== MATERIAL TO PROCESS

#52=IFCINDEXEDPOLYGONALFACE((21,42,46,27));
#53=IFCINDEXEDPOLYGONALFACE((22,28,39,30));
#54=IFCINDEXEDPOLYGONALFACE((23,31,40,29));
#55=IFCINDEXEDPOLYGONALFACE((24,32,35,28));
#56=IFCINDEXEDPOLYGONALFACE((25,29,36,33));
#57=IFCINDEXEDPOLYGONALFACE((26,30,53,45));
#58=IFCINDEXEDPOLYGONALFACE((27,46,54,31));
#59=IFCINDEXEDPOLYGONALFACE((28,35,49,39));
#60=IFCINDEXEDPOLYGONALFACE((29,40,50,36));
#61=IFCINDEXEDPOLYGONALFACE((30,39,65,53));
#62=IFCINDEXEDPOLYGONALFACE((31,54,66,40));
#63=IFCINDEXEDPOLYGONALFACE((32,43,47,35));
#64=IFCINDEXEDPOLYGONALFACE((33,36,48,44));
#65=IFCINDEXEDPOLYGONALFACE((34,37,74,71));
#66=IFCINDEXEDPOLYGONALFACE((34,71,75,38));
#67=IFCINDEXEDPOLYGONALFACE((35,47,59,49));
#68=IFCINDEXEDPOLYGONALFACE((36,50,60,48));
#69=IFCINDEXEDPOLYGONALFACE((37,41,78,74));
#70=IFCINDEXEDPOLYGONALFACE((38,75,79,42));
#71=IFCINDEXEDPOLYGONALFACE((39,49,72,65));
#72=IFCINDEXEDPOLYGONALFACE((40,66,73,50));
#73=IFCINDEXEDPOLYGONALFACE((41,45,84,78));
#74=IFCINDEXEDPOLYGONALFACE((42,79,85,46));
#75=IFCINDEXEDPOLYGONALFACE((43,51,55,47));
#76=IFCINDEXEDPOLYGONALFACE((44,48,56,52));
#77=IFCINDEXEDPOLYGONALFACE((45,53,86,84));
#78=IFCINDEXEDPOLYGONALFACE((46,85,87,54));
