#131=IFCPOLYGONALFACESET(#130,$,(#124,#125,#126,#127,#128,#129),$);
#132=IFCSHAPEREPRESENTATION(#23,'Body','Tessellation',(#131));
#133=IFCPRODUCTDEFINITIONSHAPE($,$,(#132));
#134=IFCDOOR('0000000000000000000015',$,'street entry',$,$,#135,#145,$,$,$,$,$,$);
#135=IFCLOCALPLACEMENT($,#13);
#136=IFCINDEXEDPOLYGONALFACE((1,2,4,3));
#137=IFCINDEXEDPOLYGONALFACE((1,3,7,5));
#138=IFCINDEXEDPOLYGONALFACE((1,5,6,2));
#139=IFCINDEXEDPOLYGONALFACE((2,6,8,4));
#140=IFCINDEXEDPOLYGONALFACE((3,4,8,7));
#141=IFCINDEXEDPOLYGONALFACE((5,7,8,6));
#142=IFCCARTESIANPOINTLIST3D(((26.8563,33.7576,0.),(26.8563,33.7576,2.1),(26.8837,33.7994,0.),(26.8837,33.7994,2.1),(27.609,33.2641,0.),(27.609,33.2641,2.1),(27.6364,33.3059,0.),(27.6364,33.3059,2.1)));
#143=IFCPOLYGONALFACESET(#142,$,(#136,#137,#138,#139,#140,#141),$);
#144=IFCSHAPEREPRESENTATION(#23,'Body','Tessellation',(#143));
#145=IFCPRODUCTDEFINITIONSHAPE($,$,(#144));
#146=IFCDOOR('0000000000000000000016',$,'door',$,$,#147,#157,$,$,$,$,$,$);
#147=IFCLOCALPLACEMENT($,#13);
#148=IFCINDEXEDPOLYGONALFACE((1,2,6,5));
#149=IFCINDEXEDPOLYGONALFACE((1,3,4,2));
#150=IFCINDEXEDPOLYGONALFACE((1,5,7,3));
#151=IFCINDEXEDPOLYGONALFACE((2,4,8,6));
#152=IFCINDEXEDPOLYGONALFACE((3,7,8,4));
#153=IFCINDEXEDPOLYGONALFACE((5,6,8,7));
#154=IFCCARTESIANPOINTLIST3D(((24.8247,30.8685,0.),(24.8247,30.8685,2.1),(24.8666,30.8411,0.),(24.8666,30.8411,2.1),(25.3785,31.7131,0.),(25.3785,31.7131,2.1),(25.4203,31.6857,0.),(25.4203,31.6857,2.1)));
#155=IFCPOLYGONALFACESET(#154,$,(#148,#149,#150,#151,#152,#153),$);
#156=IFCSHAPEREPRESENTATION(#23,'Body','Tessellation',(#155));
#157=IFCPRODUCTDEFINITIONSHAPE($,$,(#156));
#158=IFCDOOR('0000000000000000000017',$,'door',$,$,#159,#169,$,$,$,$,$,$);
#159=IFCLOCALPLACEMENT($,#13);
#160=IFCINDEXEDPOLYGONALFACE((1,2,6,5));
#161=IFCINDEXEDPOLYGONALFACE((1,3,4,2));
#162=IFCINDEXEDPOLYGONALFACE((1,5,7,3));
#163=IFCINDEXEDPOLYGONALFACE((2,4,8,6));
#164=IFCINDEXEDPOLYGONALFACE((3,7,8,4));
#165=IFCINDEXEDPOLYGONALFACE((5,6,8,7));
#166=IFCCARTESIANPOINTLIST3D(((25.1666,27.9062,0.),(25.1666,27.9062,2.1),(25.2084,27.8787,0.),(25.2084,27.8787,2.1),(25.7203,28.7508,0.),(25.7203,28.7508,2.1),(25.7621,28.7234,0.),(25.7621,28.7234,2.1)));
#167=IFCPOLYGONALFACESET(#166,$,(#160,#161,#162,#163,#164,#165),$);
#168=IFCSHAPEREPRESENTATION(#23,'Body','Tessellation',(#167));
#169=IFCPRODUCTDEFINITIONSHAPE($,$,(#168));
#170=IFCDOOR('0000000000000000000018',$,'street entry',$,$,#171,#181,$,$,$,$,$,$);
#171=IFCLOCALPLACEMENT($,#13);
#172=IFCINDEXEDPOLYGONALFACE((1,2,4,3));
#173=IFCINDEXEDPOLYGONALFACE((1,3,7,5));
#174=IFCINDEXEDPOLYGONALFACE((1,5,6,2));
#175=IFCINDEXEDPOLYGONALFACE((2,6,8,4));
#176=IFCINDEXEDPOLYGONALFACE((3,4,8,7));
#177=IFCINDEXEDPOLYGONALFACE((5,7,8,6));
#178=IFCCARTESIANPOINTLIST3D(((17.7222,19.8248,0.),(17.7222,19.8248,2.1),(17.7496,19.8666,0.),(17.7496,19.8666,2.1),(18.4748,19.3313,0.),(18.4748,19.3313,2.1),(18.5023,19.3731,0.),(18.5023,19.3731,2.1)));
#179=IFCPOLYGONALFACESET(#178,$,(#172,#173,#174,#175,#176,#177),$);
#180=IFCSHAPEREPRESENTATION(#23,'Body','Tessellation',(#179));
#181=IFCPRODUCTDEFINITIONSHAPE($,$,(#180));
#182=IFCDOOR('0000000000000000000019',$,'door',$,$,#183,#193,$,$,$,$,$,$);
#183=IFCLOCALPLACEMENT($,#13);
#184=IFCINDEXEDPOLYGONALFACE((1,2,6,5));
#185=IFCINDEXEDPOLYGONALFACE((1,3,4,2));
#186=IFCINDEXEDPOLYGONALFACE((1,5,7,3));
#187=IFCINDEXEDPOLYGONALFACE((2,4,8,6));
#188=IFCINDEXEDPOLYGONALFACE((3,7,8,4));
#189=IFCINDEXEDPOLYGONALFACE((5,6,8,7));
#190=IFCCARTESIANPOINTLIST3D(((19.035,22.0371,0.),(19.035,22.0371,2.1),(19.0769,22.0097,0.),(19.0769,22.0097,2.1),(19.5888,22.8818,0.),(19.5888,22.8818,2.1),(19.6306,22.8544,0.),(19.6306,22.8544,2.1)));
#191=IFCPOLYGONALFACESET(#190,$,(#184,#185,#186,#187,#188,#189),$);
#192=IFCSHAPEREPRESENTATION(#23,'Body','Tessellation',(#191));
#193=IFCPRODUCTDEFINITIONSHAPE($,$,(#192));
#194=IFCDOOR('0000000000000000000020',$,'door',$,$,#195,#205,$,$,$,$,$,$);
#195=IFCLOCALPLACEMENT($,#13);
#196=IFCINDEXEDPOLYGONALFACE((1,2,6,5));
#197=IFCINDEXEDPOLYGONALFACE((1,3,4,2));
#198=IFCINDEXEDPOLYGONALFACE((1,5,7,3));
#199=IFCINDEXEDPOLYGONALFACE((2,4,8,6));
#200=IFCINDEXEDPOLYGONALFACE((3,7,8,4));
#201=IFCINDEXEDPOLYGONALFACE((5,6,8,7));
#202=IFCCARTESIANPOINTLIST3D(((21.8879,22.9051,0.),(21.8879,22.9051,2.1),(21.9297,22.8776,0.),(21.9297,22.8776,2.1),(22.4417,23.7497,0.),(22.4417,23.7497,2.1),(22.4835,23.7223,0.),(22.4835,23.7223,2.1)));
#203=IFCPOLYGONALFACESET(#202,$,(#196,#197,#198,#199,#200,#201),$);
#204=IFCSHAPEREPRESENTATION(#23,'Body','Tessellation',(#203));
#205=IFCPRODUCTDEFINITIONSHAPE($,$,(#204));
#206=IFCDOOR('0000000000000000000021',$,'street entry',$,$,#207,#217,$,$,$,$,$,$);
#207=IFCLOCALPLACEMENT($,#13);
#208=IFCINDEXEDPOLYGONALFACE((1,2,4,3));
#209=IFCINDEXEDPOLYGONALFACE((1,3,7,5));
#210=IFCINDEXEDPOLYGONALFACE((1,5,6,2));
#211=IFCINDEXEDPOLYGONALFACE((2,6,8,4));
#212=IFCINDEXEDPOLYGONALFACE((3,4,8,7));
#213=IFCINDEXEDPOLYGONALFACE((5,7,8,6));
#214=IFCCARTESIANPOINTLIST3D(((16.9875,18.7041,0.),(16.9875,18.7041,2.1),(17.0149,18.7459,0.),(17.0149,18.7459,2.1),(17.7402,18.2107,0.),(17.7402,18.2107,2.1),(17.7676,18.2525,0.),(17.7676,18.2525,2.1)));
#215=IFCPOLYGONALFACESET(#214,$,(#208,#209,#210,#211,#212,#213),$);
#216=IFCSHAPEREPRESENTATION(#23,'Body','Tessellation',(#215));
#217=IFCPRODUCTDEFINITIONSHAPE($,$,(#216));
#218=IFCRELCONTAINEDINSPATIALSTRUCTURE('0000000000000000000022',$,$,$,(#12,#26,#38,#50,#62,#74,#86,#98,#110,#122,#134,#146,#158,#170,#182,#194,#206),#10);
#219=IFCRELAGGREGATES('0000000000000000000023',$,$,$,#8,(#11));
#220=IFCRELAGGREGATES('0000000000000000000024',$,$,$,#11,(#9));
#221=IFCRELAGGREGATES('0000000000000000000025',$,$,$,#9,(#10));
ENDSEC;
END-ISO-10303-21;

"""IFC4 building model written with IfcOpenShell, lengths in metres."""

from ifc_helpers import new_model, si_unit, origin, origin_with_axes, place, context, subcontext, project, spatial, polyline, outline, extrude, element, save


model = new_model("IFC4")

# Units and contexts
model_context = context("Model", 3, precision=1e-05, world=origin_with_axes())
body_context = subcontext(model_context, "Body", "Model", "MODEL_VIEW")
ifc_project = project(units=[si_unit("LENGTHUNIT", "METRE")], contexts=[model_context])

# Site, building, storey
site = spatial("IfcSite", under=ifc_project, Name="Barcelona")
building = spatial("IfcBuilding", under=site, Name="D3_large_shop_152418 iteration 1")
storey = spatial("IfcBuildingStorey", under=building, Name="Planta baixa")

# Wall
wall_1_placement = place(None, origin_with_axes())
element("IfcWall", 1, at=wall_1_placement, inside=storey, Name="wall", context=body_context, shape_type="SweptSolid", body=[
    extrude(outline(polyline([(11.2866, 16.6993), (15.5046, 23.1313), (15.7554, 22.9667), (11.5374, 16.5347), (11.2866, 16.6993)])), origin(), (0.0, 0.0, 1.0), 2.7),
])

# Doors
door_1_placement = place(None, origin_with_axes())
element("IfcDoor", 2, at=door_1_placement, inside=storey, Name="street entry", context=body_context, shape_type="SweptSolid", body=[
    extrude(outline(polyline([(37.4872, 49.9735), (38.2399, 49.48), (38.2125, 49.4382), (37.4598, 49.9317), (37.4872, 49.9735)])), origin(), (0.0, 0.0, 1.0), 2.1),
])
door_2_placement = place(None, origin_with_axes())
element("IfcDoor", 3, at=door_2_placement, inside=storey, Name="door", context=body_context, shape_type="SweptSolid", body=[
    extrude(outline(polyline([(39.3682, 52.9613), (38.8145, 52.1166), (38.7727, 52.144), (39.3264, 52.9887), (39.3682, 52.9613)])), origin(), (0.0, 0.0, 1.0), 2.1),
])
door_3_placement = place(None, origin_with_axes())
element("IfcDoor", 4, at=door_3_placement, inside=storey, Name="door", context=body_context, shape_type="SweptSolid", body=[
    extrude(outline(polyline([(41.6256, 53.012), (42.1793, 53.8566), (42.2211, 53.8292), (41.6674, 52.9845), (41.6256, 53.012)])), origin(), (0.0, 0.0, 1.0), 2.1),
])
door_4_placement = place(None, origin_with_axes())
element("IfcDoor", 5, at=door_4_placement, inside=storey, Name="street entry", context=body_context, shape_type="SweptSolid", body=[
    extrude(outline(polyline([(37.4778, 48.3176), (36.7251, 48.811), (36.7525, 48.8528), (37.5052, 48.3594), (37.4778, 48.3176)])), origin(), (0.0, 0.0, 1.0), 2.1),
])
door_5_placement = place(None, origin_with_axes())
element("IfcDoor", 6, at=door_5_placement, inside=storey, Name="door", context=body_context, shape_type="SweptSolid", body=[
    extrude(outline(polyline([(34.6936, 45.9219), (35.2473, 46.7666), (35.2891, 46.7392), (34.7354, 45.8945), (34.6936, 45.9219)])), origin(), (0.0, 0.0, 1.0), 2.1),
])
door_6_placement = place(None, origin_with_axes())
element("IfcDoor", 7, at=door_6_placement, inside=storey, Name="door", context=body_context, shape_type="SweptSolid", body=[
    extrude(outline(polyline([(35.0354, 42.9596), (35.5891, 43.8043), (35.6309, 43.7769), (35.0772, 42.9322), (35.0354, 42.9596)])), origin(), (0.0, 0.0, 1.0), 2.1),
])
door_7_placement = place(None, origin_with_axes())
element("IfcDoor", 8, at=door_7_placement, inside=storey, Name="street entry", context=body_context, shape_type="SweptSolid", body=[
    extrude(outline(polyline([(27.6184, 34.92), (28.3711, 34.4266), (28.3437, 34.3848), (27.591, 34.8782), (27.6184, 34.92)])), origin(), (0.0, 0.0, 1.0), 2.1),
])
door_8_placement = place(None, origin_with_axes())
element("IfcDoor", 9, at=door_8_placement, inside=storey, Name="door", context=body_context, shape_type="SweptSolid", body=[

====
== MATERIAL TO PROCESS

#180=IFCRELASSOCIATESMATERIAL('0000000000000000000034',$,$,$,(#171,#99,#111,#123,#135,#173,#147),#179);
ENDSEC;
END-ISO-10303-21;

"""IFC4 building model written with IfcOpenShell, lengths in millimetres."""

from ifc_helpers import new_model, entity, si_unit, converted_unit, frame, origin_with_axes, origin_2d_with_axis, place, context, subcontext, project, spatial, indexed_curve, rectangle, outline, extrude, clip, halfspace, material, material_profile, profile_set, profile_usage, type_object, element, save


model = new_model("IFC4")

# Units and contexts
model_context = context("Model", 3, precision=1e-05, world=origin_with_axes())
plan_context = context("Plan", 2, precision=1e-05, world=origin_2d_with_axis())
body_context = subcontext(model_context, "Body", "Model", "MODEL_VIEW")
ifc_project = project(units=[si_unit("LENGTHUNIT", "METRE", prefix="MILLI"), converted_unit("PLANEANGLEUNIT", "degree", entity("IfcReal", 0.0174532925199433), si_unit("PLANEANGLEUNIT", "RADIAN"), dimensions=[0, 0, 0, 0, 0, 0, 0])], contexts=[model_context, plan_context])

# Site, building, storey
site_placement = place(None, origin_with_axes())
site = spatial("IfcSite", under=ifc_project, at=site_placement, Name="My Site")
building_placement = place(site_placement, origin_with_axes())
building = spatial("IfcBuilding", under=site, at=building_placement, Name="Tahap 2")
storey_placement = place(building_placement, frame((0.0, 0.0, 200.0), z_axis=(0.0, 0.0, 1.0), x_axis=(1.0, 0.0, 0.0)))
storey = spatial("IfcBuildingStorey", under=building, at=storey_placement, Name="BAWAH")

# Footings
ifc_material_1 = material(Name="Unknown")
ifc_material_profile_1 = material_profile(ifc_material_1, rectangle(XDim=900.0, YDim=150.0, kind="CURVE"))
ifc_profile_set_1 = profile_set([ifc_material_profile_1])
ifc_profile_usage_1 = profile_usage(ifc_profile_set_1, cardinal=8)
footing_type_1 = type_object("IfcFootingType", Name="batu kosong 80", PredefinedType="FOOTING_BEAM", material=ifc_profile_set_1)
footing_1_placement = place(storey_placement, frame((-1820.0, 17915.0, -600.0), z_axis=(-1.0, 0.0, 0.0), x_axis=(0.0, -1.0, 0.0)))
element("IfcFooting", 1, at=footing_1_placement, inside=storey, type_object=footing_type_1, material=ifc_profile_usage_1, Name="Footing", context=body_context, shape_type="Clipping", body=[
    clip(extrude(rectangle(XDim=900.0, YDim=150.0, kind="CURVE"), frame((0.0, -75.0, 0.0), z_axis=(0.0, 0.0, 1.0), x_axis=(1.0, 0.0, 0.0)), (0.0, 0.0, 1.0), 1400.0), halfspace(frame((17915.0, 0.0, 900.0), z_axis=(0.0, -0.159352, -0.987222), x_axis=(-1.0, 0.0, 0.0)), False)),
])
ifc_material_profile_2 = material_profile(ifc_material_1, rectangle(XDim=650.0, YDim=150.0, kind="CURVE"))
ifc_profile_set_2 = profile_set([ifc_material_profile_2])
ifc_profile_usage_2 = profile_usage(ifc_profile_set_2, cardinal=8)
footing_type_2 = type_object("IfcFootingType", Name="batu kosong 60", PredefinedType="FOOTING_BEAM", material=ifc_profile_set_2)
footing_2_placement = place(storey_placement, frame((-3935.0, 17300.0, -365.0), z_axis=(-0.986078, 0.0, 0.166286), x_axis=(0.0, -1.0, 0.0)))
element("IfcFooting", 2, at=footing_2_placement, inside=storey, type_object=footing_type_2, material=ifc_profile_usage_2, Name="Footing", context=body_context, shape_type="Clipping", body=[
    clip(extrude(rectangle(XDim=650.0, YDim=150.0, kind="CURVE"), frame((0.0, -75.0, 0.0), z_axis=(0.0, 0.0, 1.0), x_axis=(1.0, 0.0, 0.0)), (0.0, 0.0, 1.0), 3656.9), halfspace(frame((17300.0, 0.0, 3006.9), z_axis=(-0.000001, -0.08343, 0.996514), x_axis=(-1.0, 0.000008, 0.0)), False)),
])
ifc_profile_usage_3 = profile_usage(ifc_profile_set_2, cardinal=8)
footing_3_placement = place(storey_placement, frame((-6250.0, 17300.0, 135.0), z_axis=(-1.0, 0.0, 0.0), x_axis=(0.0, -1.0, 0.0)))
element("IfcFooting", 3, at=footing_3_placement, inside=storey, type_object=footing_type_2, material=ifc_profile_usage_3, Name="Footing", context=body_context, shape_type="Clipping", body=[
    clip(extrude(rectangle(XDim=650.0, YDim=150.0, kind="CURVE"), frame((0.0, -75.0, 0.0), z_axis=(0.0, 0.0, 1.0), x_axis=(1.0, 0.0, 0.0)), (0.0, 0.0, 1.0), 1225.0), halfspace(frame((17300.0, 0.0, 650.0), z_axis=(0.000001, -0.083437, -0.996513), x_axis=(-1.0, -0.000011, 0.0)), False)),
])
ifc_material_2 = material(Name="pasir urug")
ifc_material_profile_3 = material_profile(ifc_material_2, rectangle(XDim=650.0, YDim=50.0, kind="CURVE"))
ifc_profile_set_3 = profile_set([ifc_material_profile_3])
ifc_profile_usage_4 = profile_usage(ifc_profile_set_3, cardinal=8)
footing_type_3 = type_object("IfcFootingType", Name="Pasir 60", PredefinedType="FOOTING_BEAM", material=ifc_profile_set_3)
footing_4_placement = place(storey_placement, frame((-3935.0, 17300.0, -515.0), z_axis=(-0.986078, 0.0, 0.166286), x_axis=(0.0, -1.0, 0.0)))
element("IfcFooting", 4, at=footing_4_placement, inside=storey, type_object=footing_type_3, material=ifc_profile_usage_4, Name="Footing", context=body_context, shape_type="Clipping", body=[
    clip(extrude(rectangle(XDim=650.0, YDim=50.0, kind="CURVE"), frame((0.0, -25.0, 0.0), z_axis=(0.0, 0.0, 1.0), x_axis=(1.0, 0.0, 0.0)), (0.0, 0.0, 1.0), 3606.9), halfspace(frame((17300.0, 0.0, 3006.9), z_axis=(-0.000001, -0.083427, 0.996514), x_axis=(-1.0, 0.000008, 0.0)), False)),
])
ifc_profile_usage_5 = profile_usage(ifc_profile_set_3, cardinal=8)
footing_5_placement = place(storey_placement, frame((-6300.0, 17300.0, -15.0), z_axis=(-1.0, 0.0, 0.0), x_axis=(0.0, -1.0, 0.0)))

====

# TASK DESCRIPTION:
Looking at the entries above, how many lines contain "IfcFootingType"? State the number and nothing more.

# RESULT OF THE EXERCISE:
3